___ Given entries

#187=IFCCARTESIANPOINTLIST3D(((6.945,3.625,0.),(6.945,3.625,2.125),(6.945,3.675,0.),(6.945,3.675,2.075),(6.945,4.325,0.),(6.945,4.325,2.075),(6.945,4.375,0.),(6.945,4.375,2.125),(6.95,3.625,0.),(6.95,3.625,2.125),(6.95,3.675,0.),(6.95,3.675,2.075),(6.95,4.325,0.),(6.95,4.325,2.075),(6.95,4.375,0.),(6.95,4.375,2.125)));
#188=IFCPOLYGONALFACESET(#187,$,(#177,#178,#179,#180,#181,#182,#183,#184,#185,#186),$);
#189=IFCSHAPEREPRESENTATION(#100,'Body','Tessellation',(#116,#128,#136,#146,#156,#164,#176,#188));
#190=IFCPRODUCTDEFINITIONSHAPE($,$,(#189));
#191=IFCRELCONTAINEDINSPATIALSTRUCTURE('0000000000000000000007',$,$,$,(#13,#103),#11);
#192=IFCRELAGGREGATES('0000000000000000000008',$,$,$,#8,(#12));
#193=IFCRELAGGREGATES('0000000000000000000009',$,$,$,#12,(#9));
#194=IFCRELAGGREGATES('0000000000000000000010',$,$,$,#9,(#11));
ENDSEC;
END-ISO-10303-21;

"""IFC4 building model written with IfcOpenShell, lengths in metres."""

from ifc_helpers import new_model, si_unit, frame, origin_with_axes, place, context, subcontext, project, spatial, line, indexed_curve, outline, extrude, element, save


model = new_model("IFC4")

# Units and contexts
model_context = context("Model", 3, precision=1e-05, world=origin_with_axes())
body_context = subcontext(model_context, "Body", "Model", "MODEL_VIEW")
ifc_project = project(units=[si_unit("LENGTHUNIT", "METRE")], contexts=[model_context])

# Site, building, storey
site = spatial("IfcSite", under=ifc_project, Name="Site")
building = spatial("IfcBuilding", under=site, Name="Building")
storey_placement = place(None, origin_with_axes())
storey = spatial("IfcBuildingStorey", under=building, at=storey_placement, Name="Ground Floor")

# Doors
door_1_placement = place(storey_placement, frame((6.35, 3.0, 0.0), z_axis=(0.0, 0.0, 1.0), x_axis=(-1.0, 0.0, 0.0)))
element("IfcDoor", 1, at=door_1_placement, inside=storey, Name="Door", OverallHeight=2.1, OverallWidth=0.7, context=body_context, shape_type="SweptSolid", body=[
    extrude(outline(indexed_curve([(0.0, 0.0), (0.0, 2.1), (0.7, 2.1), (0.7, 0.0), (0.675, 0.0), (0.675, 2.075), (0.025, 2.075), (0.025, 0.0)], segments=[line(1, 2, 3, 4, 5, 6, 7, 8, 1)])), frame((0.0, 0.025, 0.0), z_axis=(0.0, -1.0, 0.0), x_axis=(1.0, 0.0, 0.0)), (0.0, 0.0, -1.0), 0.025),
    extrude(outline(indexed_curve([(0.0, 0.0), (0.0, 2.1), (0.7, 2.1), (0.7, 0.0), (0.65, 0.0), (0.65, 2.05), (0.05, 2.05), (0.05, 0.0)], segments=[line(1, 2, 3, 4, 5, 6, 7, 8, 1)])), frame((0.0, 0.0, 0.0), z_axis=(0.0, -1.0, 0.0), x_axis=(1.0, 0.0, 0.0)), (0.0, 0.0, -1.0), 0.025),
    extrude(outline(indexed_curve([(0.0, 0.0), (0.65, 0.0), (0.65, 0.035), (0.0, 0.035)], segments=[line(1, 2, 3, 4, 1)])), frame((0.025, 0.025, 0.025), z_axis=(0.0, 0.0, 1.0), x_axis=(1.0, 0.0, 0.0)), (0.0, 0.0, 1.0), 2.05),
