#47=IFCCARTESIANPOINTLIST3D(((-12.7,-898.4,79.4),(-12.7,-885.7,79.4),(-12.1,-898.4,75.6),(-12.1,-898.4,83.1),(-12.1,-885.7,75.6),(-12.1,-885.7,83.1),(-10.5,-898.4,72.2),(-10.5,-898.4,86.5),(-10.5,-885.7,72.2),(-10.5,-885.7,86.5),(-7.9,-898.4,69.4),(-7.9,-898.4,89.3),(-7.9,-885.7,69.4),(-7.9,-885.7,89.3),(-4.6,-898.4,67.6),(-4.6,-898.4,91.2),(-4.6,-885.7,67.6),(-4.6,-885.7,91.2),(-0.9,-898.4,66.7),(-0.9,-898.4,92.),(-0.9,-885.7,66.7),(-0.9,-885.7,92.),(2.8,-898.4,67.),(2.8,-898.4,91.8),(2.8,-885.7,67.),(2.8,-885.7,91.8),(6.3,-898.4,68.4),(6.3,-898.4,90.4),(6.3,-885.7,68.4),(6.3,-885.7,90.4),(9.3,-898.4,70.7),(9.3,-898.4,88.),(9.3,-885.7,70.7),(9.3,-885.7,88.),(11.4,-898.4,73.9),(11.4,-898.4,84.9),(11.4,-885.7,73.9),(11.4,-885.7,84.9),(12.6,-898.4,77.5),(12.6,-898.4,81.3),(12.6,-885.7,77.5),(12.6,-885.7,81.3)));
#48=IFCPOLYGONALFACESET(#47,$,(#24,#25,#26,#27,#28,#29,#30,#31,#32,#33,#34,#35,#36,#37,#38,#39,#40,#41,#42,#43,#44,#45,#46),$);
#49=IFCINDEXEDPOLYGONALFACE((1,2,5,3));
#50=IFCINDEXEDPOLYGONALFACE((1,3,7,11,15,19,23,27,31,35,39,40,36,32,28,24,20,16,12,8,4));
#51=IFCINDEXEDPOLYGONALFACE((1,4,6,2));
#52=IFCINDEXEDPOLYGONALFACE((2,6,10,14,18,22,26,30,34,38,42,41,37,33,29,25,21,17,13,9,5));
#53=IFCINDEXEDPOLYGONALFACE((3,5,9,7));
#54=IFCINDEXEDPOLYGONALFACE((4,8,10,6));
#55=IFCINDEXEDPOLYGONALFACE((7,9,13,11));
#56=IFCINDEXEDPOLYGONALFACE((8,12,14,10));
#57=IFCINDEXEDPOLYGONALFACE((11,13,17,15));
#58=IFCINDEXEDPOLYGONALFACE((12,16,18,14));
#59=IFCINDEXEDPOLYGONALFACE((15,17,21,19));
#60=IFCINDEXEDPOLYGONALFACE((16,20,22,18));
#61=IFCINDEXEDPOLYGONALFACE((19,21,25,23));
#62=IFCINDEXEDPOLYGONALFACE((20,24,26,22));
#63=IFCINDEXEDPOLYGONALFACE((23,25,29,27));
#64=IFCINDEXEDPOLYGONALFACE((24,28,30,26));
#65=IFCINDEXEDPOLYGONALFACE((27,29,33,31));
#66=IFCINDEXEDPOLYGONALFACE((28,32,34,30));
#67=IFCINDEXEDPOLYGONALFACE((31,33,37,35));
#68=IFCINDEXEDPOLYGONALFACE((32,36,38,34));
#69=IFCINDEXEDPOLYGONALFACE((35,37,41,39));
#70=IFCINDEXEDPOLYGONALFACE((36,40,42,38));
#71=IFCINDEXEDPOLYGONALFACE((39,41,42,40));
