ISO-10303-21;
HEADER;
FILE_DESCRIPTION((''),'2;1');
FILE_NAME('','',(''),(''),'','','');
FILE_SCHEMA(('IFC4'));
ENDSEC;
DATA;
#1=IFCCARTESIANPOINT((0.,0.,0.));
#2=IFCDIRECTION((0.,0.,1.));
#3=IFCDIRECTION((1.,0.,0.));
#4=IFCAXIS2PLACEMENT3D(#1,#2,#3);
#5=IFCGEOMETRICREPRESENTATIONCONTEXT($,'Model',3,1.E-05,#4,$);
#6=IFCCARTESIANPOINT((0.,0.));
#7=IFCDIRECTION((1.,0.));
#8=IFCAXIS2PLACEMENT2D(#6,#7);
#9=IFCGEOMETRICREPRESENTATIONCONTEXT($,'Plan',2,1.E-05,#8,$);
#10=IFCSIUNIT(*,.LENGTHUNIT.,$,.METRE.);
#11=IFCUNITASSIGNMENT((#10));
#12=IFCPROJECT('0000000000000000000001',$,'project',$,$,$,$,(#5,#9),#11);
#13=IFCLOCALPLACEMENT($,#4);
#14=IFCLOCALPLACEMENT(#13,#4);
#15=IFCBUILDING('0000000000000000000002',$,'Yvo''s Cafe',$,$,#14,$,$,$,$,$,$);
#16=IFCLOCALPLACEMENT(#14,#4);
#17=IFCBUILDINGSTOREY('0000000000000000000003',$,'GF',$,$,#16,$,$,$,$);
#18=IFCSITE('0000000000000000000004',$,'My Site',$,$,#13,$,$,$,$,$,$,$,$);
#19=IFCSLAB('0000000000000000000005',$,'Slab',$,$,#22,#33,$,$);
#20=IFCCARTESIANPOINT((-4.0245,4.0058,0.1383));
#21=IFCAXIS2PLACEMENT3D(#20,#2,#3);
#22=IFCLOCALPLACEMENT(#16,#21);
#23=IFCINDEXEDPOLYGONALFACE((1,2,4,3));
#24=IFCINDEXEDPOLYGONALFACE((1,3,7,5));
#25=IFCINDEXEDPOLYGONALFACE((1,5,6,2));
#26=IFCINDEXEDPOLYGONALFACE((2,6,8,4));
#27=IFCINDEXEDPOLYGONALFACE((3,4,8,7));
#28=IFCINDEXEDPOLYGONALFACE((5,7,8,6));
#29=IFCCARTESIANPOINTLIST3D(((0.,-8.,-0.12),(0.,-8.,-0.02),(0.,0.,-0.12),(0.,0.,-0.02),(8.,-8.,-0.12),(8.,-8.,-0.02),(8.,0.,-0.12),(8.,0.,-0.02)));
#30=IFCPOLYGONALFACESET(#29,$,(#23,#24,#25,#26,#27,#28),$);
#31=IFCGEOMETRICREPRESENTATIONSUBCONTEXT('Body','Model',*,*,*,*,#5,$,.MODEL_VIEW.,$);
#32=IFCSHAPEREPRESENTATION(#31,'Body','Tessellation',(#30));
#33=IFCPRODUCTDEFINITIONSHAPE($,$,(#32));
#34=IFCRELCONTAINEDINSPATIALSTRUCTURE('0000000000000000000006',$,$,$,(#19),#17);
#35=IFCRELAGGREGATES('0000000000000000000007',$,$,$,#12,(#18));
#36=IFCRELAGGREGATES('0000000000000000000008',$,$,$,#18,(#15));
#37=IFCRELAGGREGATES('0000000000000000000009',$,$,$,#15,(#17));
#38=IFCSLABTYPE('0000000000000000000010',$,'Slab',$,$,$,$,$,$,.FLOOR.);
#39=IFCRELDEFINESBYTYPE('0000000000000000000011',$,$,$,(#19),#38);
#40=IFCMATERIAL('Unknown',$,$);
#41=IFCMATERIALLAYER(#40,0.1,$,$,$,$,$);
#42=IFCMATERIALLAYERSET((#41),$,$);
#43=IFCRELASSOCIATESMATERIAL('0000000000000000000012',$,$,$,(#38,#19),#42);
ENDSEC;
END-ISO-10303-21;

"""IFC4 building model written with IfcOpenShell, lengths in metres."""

from ifc_helpers import new_model, si_unit, frame, origin_with_axes, origin_2d_with_axis, place, context, subcontext, project, spatial, indexed_curve, outline, extrude, material, layer, layer_set, layer_usage, type_object, element, save


model = new_model("IFC4")

# Units and contexts
model_context = context("Model", 3, precision=1e-05, world=origin_with_axes())
plan_context = context("Plan", 2, precision=1e-05, world=origin_2d_with_axis())
body_context_1 = subcontext(model_context, "Body", "Model", "MODEL_VIEW")
ifc_project = project(units=[si_unit("LENGTHUNIT", "METRE")], contexts=[model_context, plan_context])

# Site, building, storey
site_placement = place(None, origin_with_axes())
site = spatial("IfcSite", under=ifc_project, at=site_placement, Name="My Site")
building_placement = place(site_placement, origin_with_axes())
building = spatial("IfcBuilding", under=site, at=building_placement, Name="Yvo's Cafe")
storey_placement = place(building_placement, origin_with_axes())
storey = spatial("IfcBuildingStorey", under=building, at=storey_placement, Name="GF")

# Shared definitions
ifc_material = material(Name="Unknown")

# Slab
ifc_layer_1 = layer(ifc_material, 0.1)
ifc_layer_set_1 = layer_set([ifc_layer_1])
ifc_layer_usage_1 = layer_usage(ifc_layer_set_1, "AXIS3", "POSITIVE", -0.12)
slab_type = type_object("IfcSlabType", Name="Slab", PredefinedType="FLOOR", material=ifc_layer_set_1)
slab_placement = place(storey_placement, frame((-4.0245, 4.0058, 0.1383), z_axis=(0.0, 0.0, 1.0), x_axis=(1.0, 0.0, 0.0)))
element("IfcSlab", 1, at=slab_placement, inside=storey, type_object=slab_type, material=ifc_layer_usage_1, Name="Slab", context=body_context_1, shape_type="SweptSolid", body=[
    extrude(outline(indexed_curve([(0.0, 0.0), (0.0, -8.0), (8.0, -8.0), (8.0, 0.0), (0.0, 0.0)])), frame((0.0, 0.0, -0.12), z_axis=(0.0, 0.0, 1.0), x_axis=(1.0, 0.0, 0.0)), (0.0, 0.0, 1.0), 0.1),
])

save(model, "model.ifc")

______

### Problem statement
An exact, complete copy of the lines above from the one with "#2=IFCDIRECTION((0.,0.,1.));" through the one with "#42=IFCMATERIALLAYERSET((#41),$,$);" is the whole answer.

### Your solution
#2=IFCDIRECTION((0.,0.,1.));
#3=IFCDIRECTION((1.,0.,0.));
#4=IFCAXIS2PLACEMENT3D(#1,#2,#3);
#5=IFCGEOMETRICREPRESENTATIONCONTEXT($,'Model',3,1.E-05,#4,$);
#6=IFCCARTESIANPOINT((0.,0.));
#7=IFCDIRECTION((1.,0.));
#8=IFCAXIS2PLACEMENT2D(#6,#7);
#9=IFCGEOMETRICREPRESENTATIONCONTEXT($,'Plan',2,1.E-05,#8,$);
#10=IFCSIUNIT(*,.LENGTHUNIT.,$,.METRE.);
#11=IFCUNITASSIGNMENT((#10));
#12=IFCPROJECT('0000000000000000000001',$,'project',$,$,$,$,(#5,#9),#11);
#13=IFCLOCALPLACEMENT($,#4);
#14=IFCLOCALPLACEMENT(#13,#4);
#15=IFCBUILDING('0000000000000000000002',$,'Yvo''s Cafe',$,$,#14,$,$,$,$,$,$);
#16=IFCLOCALPLACEMENT(#14,#4);
#17=IFCBUILDINGSTOREY('0000000000000000000003',$,'GF',$,$,#16,$,$,$,$);
#18=IFCSITE('0000000000000000000004',$,'My Site',$,$,#13,$,$,$,$,$,$,$,$);
#19=IFCSLAB('0000000000000000000005',$,'Slab',$,$,#22,#33,$,$);
#20=IFCCARTESIANPOINT((-4.0245,4.0058,0.1383));
#21=IFCAXIS2PLACEMENT3D(#20,#2,#3);
#22=IFCLOCALPLACEMENT(#16,#21);
#23=IFCINDEXEDPOLYGONALFACE((1,2,4,3));
#24=IFCINDEXEDPOLYGONALFACE((1,3,7,5));
#25=IFCINDEXEDPOLYGONALFACE((1,5,6,2));
#26=IFCINDEXEDPOLYGONALFACE((2,6,8,4));
#27=IFCINDEXEDPOLYGONALFACE((3,4,8,7));
#28=IFCINDEXEDPOLYGONALFACE((5,7,8,6));
#29=IFCCARTESIANPOINTLIST3D(((0.,-8.,-0.12),(0.,-8.,-0.02),(0.,0.,-0.12),(0.,0.,-0.02),(8.,-8.,-0.12),(8.,-8.,-0.02),(8.,0.,-0.12),(8.,0.,-0.02)));
#30=IFCPOLYGONALFACESET(#29,$,(#23,#24,#25,#26,#27,#28),$);
#31=IFCGEOMETRICREPRESENTATIONSUBCONTEXT('Body','Model',*,*,*,*,#5,$,.MODEL_VIEW.,$);
#32=IFCSHAPEREPRESENTATION(#31,'Body','Tessellation',(#30));
#33=IFCPRODUCTDEFINITIONSHAPE($,$,(#32));
#34=IFCRELCONTAINEDINSPATIALSTRUCTURE('0000000000000000000006',$,$,$,(#19),#17);
#35=IFCRELAGGREGATES('0000000000000000000007',$,$,$,#12,(#18));
#36=IFCRELAGGREGATES('0000000000000000000008',$,$,$,#18,(#15));
#37=IFCRELAGGREGATES('0000000000000000000009',$,$,$,#15,(#17));
#38=IFCSLABTYPE('0000000000000000000010',$,'Slab',$,$,$,$,$,$,.FLOOR.);
#39=IFCRELDEFINESBYTYPE('0000000000000000000011',$,$,$,(#19),#38);
#40=IFCMATERIAL('Unknown',$,$);
#41=IFCMATERIALLAYER(#40,0.1,$,$,$,$,$);
#42=IFCMATERIALLAYERSET((#41),$,$);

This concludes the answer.